The Nelsons' adverse actions occurred during a span of over forty years and included such diverse activities as camping, picking blueberries, construction and maintenance of a barbed wire fence, continuous posting of "No Trespassing" signs, improvement and repair of the cart path for recreation and farming duties, exclusion of trespassers by means of obstacles, gates and confrontation and cutting wood for fuel and Christmas trees. Admittedly the locus was never completely fenced, yet plaintiffs' regular work-related and recreational forays onto the locus, as well as their continuous maintenance and repair of the cart path and entrances demonstrate a pattern of use which one typically associates with ownership. Keith v. Kennard, 222 Mass. 398 , 110 N.E. 1030.

In the present case, the Nelsons have exercised dominion over the woodland property to such an extent that their undisputed ownership of the locus is recognized by both neighbors and the Town of Bridgewater. Plaintiffs were under the belief they held title, including ownership of the locus. Through their conscious efforts of blockading entrances, posting signs and confronting trespassers the plaintiffs have successfully excluded others from the locus and put any and all claimants on notice. Conversely, there is no indication the defendant or his predecessors made any such effort to question or challenge this claim or exert control over the locus at any time during the past forty years. In fact, for most of the twentieth century the record title holders have displayed no interest in the premises.

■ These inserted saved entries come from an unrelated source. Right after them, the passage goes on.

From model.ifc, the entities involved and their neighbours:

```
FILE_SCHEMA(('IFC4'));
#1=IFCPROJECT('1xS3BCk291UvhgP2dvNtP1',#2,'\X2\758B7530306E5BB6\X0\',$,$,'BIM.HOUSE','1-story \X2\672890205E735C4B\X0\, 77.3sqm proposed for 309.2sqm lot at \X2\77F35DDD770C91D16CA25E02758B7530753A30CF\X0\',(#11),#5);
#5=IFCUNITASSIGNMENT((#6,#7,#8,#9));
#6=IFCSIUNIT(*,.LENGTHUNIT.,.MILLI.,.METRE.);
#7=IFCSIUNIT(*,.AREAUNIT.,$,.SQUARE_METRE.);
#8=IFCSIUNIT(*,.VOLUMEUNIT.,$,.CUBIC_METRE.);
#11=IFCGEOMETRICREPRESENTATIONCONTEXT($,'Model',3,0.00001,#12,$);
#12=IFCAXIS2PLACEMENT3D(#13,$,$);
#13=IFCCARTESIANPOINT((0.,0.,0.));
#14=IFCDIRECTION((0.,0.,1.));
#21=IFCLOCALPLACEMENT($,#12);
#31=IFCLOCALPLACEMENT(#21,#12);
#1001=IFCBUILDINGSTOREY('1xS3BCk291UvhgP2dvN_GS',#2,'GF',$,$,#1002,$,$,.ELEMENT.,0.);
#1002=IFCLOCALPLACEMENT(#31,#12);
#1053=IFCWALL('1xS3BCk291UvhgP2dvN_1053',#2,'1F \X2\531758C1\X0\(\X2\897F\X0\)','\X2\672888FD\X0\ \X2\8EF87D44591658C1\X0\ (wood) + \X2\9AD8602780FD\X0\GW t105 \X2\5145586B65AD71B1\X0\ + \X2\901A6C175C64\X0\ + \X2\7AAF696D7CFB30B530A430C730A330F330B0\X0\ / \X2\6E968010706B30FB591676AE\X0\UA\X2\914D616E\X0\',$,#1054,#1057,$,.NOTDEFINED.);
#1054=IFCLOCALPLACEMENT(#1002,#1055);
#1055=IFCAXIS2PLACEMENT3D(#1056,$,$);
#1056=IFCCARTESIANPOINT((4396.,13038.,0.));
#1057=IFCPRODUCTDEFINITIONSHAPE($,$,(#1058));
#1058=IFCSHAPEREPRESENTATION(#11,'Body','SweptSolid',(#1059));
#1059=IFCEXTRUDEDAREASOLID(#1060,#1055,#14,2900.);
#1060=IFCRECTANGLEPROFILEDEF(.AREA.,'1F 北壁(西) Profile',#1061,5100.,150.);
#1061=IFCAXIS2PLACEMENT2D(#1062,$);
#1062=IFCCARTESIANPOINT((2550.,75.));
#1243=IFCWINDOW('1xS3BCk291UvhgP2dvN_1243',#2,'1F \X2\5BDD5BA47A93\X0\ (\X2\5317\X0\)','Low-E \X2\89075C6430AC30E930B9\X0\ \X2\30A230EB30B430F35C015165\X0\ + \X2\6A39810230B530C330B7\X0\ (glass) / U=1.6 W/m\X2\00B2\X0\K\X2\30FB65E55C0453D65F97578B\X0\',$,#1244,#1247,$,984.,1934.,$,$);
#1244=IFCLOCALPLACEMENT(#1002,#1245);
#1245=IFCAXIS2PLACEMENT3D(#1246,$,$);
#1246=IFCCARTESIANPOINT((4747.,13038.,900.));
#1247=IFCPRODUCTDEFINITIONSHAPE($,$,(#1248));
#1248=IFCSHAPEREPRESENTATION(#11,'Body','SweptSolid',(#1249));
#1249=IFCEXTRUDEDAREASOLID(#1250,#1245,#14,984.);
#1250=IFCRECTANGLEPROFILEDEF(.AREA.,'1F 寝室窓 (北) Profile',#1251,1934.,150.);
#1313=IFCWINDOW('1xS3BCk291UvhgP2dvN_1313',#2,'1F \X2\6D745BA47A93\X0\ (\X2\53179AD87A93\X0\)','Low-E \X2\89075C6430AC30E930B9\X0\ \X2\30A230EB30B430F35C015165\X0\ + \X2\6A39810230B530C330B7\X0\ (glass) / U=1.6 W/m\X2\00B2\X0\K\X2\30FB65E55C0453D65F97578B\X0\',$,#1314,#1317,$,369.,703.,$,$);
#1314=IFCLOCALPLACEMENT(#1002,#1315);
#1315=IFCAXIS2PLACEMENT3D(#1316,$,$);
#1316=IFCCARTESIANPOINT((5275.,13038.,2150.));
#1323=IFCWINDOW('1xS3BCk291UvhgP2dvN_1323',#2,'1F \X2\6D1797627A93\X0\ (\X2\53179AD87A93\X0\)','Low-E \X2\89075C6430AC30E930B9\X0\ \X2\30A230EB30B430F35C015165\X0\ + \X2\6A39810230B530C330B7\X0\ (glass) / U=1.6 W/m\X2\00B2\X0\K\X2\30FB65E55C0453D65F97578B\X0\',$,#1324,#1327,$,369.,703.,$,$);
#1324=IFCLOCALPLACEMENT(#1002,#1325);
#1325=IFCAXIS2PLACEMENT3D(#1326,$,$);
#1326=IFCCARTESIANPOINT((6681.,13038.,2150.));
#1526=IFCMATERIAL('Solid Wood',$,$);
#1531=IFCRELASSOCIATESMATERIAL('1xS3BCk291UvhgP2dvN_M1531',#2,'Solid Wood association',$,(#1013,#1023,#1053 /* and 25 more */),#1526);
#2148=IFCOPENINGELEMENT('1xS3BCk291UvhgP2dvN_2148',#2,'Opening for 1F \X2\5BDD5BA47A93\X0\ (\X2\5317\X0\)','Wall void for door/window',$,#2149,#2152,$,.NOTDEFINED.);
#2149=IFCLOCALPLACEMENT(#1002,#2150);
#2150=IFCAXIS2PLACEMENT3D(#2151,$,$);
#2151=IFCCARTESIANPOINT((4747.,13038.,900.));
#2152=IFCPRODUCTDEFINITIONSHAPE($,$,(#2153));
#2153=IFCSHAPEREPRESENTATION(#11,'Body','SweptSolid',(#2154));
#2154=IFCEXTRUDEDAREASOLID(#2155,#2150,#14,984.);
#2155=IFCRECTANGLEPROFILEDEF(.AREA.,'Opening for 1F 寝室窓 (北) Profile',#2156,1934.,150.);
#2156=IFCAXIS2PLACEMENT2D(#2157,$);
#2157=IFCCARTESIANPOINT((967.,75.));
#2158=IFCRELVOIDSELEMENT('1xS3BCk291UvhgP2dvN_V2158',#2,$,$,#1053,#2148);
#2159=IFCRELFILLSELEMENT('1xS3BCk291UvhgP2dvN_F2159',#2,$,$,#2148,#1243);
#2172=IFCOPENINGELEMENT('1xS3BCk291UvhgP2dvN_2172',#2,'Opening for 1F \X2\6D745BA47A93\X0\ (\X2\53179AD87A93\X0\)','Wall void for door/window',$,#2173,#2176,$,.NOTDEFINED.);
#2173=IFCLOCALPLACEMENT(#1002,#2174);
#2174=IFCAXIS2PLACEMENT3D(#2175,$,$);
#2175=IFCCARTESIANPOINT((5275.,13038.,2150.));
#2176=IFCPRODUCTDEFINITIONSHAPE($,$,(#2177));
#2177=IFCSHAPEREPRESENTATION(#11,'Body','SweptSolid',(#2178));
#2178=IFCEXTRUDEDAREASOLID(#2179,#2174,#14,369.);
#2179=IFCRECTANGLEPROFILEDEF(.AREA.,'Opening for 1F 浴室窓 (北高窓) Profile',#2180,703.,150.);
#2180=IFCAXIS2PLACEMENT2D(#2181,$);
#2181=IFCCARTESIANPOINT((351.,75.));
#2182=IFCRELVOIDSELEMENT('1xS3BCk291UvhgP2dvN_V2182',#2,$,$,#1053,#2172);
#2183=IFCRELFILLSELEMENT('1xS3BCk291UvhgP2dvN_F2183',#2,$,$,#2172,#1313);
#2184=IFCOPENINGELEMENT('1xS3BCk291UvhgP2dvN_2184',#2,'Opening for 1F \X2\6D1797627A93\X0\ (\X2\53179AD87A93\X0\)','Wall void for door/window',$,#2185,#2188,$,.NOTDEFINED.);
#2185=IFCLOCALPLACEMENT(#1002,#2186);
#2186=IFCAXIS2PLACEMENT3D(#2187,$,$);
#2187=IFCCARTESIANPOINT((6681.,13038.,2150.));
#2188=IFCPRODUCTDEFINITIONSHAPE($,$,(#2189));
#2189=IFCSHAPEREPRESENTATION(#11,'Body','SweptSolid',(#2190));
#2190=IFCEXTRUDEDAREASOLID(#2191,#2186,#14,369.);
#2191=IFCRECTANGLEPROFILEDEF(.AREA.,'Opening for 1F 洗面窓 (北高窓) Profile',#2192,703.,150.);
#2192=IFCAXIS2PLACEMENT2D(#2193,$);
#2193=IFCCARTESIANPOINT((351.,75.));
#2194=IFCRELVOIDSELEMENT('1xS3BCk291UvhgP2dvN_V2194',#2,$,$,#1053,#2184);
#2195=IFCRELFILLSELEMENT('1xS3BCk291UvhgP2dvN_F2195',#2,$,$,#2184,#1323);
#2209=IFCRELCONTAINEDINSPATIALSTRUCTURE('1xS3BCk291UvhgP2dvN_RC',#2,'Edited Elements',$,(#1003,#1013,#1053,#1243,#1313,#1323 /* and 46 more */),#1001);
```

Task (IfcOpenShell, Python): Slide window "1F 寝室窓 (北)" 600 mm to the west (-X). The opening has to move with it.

```python
import ifcopenshell
import ifcopenshell.api.geometry
import ifcopenshell.util.placement

model = ifcopenshell.open("model.ifc")

window = model.by_guid("1xS3BCk291UvhgP2dvN_1243")
opening = window.FillsVoids[0].RelatingOpeningElement
wall = opening.VoidsElements[0].RelatingBuildingElement

wall_matrix = ifcopenshell.util.placement.get_local_placement(wall.ObjectPlacement)
shift = wall_matrix[:3, 0] * -600.0
before = ifcopenshell.util.placement.get_local_placement(window.ObjectPlacement)[:3, 3].copy()

# The window is not placed relative to its opening, so move both.
for product in (opening, window):
    matrix = ifcopenshell.util.placement.get_local_placement(product.ObjectPlacement)
    matrix[:3, 3] += shift
    ifcopenshell.api.geometry.edit_object_placement(model, product=product, matrix=matrix, is_si=False)

after = ifcopenshell.util.placement.get_local_placement(window.ObjectPlacement)[:3, 3]
print("window moved by", (after - before).round(3) + 0.0)

model.write("model_updated.ifc")
```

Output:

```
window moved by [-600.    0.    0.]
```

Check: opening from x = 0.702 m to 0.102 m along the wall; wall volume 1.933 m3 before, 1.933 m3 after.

On all the evidence therefore I find and rule that the plaintiffs have borne their burden of establishing title to the premises by a preponderance of the evidence proving adverse possession subject to such matters as may appear in the record and are not in issue here.

Judgment accordingly.


FOOTNOTES

[Note 1] The Attorney General filed an appearance on behalf of the Commonwealth, but he has taken no active part in this litigation. Prior to the entry of the decree of registration, the appearance must be withdrawn.